## DATASET CONTENT:
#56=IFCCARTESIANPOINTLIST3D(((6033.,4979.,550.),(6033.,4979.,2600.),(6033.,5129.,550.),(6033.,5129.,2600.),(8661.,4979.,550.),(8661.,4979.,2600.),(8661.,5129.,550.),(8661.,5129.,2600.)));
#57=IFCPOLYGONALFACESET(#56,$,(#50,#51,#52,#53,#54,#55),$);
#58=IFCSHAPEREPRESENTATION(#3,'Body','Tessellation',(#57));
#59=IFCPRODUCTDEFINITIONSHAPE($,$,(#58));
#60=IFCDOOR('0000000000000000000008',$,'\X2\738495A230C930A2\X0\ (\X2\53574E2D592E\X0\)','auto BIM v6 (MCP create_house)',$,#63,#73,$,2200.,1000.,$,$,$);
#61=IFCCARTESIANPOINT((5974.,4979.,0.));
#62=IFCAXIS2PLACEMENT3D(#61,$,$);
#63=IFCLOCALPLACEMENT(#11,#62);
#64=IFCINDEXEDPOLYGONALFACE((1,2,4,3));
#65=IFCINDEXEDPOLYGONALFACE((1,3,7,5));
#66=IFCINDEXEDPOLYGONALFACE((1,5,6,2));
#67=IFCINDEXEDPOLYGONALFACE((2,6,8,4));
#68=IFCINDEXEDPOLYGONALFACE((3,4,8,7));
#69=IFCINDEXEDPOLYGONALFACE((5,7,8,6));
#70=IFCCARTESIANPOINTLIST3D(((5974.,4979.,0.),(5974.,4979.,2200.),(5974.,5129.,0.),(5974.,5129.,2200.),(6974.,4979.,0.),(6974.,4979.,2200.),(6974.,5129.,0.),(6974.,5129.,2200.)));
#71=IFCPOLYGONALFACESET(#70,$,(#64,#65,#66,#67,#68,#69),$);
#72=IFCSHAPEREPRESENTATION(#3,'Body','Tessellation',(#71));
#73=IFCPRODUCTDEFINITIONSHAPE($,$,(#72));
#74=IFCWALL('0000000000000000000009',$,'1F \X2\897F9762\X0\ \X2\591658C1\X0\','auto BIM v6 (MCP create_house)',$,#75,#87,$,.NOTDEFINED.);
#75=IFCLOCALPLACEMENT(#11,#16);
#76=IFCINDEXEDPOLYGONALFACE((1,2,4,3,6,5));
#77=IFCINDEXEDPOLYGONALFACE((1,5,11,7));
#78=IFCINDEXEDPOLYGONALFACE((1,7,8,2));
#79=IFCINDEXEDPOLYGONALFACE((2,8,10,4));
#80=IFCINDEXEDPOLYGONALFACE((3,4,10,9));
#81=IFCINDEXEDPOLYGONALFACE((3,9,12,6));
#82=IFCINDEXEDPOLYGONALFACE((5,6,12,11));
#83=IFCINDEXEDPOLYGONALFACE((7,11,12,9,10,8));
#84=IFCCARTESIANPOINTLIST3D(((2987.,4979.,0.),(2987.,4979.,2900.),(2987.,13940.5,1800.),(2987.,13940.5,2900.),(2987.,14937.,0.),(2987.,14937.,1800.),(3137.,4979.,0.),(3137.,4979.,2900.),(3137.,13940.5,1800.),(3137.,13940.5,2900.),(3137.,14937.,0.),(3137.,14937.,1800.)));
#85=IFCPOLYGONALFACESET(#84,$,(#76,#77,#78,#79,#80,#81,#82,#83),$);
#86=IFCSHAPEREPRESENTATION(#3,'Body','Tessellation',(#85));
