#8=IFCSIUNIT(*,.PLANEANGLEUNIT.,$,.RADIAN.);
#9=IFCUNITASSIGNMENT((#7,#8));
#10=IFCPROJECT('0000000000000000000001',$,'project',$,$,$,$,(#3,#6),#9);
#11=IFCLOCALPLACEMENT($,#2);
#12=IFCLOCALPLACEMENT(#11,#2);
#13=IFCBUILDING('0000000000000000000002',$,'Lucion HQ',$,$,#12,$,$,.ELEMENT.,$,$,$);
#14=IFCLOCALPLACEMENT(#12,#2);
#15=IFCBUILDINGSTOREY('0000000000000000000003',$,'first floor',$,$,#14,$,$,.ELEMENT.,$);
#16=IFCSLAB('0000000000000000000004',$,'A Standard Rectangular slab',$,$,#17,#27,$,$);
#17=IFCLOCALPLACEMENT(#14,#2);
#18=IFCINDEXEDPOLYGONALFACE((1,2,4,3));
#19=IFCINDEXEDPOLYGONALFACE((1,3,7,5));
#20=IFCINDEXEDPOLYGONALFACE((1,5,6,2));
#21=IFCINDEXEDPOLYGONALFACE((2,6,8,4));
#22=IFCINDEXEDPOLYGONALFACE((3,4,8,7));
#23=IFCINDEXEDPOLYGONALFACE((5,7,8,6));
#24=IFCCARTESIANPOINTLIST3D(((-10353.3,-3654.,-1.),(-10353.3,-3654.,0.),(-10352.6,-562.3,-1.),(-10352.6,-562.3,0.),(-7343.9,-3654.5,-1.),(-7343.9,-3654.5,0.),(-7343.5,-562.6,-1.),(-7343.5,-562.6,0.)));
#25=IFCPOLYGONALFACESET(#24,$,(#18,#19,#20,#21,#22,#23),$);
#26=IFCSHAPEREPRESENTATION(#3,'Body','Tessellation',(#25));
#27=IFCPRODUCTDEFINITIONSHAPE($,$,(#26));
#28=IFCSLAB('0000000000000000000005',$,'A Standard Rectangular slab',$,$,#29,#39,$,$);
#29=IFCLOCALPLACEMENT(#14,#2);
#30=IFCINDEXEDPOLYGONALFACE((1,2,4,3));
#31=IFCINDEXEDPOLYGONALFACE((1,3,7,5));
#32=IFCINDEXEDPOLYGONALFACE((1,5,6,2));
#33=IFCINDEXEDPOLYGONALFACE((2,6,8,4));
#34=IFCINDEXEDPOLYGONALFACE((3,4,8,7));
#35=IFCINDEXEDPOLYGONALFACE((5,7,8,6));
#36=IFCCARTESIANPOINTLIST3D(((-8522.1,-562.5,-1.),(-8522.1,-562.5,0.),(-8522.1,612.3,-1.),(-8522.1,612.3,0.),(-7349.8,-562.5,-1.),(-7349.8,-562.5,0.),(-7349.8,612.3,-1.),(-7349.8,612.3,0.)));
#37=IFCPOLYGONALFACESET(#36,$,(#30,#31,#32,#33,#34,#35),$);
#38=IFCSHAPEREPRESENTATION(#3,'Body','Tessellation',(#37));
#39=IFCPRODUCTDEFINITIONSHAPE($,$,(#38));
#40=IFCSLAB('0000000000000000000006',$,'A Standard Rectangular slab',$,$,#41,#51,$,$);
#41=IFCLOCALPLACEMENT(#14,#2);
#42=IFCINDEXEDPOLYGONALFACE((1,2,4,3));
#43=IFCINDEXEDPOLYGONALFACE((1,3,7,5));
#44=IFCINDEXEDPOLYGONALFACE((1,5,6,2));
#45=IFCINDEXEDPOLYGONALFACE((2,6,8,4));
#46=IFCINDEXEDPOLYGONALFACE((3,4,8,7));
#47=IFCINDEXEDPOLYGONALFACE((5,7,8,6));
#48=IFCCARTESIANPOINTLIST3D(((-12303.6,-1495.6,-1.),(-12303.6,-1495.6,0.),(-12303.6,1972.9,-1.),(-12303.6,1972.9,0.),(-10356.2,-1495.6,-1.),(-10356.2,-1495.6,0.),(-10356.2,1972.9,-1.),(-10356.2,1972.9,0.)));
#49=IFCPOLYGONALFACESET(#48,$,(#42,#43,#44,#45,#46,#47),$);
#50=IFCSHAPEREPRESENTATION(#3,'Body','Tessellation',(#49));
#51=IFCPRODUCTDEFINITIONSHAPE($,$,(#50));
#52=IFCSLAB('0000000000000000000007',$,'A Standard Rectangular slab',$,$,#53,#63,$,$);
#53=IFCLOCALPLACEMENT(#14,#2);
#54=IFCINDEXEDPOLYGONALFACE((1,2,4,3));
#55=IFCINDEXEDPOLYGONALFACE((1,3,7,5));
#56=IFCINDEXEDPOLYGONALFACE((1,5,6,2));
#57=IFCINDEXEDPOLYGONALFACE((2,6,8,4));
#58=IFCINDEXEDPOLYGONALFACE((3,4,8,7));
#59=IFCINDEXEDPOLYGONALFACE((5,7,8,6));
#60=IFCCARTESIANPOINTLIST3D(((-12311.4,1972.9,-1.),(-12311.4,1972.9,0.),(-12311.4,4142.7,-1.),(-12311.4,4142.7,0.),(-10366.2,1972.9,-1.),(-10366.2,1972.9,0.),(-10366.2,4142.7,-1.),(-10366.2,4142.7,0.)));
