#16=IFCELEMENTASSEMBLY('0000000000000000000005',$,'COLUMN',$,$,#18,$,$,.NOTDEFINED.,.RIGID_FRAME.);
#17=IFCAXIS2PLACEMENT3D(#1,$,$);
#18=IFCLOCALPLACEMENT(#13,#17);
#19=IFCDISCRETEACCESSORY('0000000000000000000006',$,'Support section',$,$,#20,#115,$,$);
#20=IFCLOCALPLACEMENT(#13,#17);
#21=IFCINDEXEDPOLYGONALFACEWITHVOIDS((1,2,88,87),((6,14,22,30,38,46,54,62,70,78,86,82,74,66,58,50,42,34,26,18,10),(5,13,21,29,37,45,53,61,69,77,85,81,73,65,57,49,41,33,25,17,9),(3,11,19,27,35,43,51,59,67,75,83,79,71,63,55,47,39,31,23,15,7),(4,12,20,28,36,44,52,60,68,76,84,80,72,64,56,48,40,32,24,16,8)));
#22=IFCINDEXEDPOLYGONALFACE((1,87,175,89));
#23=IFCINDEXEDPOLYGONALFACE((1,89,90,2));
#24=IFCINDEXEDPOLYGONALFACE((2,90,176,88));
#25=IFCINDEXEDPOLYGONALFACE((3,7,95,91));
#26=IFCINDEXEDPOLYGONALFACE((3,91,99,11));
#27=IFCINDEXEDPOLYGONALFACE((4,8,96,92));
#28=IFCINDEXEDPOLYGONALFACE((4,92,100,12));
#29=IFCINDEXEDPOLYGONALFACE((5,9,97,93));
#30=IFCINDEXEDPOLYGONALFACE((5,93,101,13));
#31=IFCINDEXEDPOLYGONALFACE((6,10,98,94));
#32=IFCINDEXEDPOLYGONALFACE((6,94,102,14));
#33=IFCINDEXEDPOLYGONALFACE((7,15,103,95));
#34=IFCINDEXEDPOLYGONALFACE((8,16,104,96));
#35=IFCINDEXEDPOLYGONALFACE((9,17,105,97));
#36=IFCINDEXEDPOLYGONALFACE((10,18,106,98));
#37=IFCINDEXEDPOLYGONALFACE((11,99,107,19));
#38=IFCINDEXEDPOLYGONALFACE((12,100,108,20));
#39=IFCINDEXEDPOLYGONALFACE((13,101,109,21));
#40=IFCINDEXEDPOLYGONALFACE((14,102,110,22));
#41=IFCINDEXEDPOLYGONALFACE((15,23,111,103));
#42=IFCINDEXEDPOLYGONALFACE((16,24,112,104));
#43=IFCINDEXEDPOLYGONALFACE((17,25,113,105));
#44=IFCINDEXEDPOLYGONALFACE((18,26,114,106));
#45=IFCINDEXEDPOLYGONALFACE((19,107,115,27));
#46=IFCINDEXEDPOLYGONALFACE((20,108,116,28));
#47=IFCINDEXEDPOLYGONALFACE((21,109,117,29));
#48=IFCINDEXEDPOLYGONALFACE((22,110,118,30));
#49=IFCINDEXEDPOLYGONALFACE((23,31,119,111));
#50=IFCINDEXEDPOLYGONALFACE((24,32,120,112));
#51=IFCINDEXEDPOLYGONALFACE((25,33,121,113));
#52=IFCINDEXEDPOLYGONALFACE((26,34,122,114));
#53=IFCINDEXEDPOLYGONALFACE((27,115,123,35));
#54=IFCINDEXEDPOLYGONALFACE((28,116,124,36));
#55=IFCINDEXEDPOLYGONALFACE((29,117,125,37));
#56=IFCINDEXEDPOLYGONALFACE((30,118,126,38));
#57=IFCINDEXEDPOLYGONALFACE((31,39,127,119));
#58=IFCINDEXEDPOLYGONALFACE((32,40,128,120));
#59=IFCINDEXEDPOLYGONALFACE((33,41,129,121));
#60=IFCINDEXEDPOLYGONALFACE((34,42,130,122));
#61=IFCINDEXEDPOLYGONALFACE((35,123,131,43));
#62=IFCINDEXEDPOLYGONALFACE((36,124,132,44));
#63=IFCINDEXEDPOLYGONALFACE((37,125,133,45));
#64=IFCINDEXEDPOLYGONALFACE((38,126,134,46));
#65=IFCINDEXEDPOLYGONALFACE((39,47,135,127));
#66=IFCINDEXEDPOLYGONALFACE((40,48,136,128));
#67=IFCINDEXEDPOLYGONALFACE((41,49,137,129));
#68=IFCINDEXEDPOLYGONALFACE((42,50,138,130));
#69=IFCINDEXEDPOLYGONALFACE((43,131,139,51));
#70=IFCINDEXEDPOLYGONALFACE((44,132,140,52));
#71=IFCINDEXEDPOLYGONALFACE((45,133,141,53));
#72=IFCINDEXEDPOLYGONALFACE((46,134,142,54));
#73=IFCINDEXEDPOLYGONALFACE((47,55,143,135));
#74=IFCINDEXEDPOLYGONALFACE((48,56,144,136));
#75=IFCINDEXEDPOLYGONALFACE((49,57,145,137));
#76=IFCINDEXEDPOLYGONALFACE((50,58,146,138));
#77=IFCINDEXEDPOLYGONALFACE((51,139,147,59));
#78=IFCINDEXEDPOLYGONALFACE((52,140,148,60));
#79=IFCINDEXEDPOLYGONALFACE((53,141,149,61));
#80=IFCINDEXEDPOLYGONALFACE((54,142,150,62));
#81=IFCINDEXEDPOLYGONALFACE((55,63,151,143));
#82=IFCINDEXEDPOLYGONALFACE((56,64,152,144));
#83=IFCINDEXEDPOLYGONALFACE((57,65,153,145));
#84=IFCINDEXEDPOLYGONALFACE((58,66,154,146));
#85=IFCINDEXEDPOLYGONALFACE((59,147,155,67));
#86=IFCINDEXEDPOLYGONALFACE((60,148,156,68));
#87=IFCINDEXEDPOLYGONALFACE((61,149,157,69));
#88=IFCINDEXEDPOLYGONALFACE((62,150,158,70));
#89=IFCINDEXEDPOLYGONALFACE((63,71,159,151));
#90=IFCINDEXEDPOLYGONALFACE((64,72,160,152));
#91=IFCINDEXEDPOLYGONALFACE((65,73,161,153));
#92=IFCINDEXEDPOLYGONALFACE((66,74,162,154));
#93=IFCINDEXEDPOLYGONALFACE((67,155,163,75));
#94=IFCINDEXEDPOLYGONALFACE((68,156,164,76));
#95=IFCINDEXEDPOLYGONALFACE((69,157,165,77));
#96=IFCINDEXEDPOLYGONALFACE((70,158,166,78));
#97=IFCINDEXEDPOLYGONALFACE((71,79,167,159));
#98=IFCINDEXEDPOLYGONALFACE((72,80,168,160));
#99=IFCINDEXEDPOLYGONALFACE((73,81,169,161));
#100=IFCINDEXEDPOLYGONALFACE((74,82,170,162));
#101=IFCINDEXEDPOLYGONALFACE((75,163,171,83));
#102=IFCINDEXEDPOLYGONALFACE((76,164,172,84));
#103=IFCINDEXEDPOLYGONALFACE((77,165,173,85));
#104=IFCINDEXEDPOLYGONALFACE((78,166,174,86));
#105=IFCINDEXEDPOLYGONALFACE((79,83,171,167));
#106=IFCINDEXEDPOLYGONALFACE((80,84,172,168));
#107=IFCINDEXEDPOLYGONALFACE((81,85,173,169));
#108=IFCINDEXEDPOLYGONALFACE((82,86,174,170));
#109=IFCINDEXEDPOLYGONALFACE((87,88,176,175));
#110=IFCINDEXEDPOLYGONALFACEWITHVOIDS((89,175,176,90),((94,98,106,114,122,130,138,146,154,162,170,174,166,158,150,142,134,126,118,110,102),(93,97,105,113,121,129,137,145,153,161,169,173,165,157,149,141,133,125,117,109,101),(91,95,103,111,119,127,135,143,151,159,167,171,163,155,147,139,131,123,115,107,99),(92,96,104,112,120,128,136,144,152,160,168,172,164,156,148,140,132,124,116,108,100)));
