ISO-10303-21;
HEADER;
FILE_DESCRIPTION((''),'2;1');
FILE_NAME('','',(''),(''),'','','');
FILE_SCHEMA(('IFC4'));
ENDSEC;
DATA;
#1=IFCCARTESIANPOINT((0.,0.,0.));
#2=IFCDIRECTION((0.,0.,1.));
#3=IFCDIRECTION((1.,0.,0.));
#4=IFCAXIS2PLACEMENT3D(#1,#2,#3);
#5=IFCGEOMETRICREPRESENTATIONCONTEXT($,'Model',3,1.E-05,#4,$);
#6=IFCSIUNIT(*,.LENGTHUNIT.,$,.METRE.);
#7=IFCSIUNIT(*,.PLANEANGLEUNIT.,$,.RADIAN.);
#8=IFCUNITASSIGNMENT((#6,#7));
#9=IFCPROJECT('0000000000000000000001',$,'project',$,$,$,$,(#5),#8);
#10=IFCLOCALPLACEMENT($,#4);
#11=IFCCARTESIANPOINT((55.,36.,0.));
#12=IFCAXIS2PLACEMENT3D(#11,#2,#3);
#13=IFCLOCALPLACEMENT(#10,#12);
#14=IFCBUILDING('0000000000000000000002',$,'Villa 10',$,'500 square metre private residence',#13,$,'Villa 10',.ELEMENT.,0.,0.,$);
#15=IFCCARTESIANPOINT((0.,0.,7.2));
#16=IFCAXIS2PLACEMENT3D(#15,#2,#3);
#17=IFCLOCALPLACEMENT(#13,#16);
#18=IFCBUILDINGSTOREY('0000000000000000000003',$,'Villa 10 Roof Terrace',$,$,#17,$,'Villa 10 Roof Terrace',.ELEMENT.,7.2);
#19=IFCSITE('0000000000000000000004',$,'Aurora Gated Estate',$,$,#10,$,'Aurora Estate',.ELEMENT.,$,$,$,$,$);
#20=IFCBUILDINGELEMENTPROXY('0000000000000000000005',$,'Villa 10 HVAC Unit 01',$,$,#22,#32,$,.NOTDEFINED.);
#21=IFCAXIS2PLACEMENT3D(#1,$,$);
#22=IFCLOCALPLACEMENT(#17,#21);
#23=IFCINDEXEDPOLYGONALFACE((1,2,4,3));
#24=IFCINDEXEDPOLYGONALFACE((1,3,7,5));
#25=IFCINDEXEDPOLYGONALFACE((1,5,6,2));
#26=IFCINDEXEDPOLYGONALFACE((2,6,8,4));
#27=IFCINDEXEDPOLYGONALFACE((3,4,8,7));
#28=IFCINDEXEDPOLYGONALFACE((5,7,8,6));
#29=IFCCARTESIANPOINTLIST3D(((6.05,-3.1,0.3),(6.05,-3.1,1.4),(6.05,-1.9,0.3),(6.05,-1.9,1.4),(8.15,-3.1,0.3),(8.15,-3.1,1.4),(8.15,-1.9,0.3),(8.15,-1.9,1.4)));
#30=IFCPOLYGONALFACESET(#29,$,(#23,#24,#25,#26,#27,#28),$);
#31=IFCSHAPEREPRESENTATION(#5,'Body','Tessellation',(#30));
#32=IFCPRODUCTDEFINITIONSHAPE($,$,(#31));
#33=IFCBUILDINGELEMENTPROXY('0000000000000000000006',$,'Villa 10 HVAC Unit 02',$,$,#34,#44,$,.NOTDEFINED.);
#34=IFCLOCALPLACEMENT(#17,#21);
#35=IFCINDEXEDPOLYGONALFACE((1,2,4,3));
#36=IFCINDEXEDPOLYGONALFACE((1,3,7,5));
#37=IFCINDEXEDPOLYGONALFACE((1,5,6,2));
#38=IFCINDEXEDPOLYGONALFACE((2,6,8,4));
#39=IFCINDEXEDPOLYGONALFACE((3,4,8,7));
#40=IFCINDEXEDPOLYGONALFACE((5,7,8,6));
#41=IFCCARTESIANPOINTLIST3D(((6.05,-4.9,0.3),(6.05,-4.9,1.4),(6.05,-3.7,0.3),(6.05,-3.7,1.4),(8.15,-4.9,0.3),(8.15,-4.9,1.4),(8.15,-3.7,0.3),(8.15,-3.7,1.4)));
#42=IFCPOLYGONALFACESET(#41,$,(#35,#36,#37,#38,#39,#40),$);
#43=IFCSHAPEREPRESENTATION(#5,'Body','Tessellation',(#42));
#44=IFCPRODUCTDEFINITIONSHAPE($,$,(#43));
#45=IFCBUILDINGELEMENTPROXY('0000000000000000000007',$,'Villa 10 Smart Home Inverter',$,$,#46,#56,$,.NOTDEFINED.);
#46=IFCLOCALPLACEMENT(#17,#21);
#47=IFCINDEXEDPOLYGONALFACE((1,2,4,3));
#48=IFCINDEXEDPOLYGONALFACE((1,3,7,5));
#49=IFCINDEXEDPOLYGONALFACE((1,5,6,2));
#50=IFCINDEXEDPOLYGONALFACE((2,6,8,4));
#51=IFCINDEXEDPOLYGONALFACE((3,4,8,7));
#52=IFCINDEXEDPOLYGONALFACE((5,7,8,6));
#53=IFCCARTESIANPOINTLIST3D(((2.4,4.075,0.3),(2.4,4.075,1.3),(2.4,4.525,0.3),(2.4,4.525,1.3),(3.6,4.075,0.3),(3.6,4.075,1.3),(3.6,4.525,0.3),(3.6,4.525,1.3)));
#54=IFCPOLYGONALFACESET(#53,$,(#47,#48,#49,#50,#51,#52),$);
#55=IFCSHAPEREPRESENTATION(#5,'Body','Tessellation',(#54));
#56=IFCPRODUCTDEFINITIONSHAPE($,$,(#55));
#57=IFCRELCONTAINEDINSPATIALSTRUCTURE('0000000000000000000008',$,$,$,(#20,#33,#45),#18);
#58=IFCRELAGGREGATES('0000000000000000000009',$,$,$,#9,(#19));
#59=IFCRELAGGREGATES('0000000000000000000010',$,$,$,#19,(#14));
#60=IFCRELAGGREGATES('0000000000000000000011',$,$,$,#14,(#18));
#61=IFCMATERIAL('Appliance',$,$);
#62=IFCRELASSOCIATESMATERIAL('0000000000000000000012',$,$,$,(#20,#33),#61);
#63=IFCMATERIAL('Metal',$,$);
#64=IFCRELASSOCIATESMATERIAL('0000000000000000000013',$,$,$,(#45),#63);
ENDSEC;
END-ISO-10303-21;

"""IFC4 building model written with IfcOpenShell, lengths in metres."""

from ifc_helpers import new_model, si_unit, frame, origin_with_axes, origin_2d_with_axis, place, context, project, spatial, rectangle, extrude, material, element, save


model = new_model("IFC4")

# Units and contexts
model_context = context("Model", 3, precision=1e-05, world=origin_with_axes())
ifc_project = project(units=[si_unit("LENGTHUNIT", "METRE"), si_unit("PLANEANGLEUNIT", "RADIAN")], contexts=[model_context])

# Site, building, storey
site_placement = place(None, origin_with_axes())
site = spatial("IfcSite", under=ifc_project, at=site_placement, Name="Aurora Gated Estate", LongName="Aurora Estate", CompositionType="ELEMENT")
building_placement = place(site_placement, frame((55.0, 36.0, 0.0), z_axis=(0.0, 0.0, 1.0), x_axis=(1.0, 0.0, 0.0)))
building = spatial("IfcBuilding", under=site, at=building_placement, Name="Villa 10", ObjectType="500 square metre private residence", LongName="Villa 10", CompositionType="ELEMENT", ElevationOfRefHeight=0.0, ElevationOfTerrain=0.0)
storey_placement = place(building_placement, frame((0.0, 0.0, 7.2), z_axis=(0.0, 0.0, 1.0), x_axis=(1.0, 0.0, 0.0)))
storey = spatial("IfcBuildingStorey", under=building, at=storey_placement, Name="Villa 10 Roof Terrace", LongName="Villa 10 Roof Terrace", CompositionType="ELEMENT", Elevation=7.2)

# Building element proxies
ifc_material_1 = material(Name="Metal")
ifc_material_2 = material(Name="Appliance")
for number, where, z_axis, x_axis, name in (
    (1, (7.1, -2.5, 0.3), (0.0, 0.0, 1.0), (1.0, 0.0, 0.0), "Villa 10 HVAC Unit 01"),
    (2, (7.1, -4.3, 0.3), (0.0, 0.0, 1.0), (1.0, 0.0, 0.0), "Villa 10 HVAC Unit 02"),
):
    element("IfcBuildingElementProxy", number, at=place(storey_placement, frame(where, z_axis=z_axis, x_axis=x_axis)), inside=storey, material=ifc_material_2, Name=name, PredefinedType="NOTDEFINED", context=model_context, shape_type="SweptSolid", body=[
        extrude(rectangle(XDim=2.1, YDim=1.2, at=origin_2d_with_axis()), origin_with_axes(), (0.0, 0.0, 1.0), 1.1),
    ])
proxy_1_placement = place(storey_placement, frame((3.0, 4.3, 0.3), z_axis=(0.0, 0.0, 1.0), x_axis=(1.0, 0.0, 0.0)))
element("IfcBuildingElementProxy", 3, at=proxy_1_placement, inside=storey, material=ifc_material_1, Name="Villa 10 Smart Home Inverter", PredefinedType="NOTDEFINED", context=model_context, shape_type="SweptSolid", body=[
    extrude(rectangle(XDim=1.2, YDim=0.45, at=origin_2d_with_axis()), origin_with_axes(), (0.0, 0.0, 1.0), 1.0),
])

save(model, "model.ifc")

## EXERCISE DIRECTIONS:
Using the data above, restate word for word the lines from its opening line through the line that contains "#72=IFCSHAPEREPRESENTATION(#3,'Body','Tessellation',(#71));", and no more.

## TASK RESPONSE:
#56=IFCCARTESIANPOINTLIST3D(((6033.,4979.,550.),(6033.,4979.,2600.),(6033.,5129.,550.),(6033.,5129.,2600.),(8661.,4979.,550.),(8661.,4979.,2600.),(8661.,5129.,550.),(8661.,5129.,2600.)));
#57=IFCPOLYGONALFACESET(#56,$,(#50,#51,#52,#53,#54,#55),$);
#58=IFCSHAPEREPRESENTATION(#3,'Body','Tessellation',(#57));
#59=IFCPRODUCTDEFINITIONSHAPE($,$,(#58));
#60=IFCDOOR('0000000000000000000008',$,'\X2\738495A230C930A2\X0\ (\X2\53574E2D592E\X0\)','auto BIM v6 (MCP create_house)',$,#63,#73,$,2200.,1000.,$,$,$);
#61=IFCCARTESIANPOINT((5974.,4979.,0.));
#62=IFCAXIS2PLACEMENT3D(#61,$,$);
#63=IFCLOCALPLACEMENT(#11,#62);
#64=IFCINDEXEDPOLYGONALFACE((1,2,4,3));
#65=IFCINDEXEDPOLYGONALFACE((1,3,7,5));
#66=IFCINDEXEDPOLYGONALFACE((1,5,6,2));
#67=IFCINDEXEDPOLYGONALFACE((2,6,8,4));
#68=IFCINDEXEDPOLYGONALFACE((3,4,8,7));
#69=IFCINDEXEDPOLYGONALFACE((5,7,8,6));
#70=IFCCARTESIANPOINTLIST3D(((5974.,4979.,0.),(5974.,4979.,2200.),(5974.,5129.,0.),(5974.,5129.,2200.),(6974.,4979.,0.),(6974.,4979.,2200.),(6974.,5129.,0.),(6974.,5129.,2200.)));
#71=IFCPOLYGONALFACESET(#70,$,(#64,#65,#66,#67,#68,#69),$);
#72=IFCSHAPEREPRESENTATION(#3,'Body','Tessellation',(#71));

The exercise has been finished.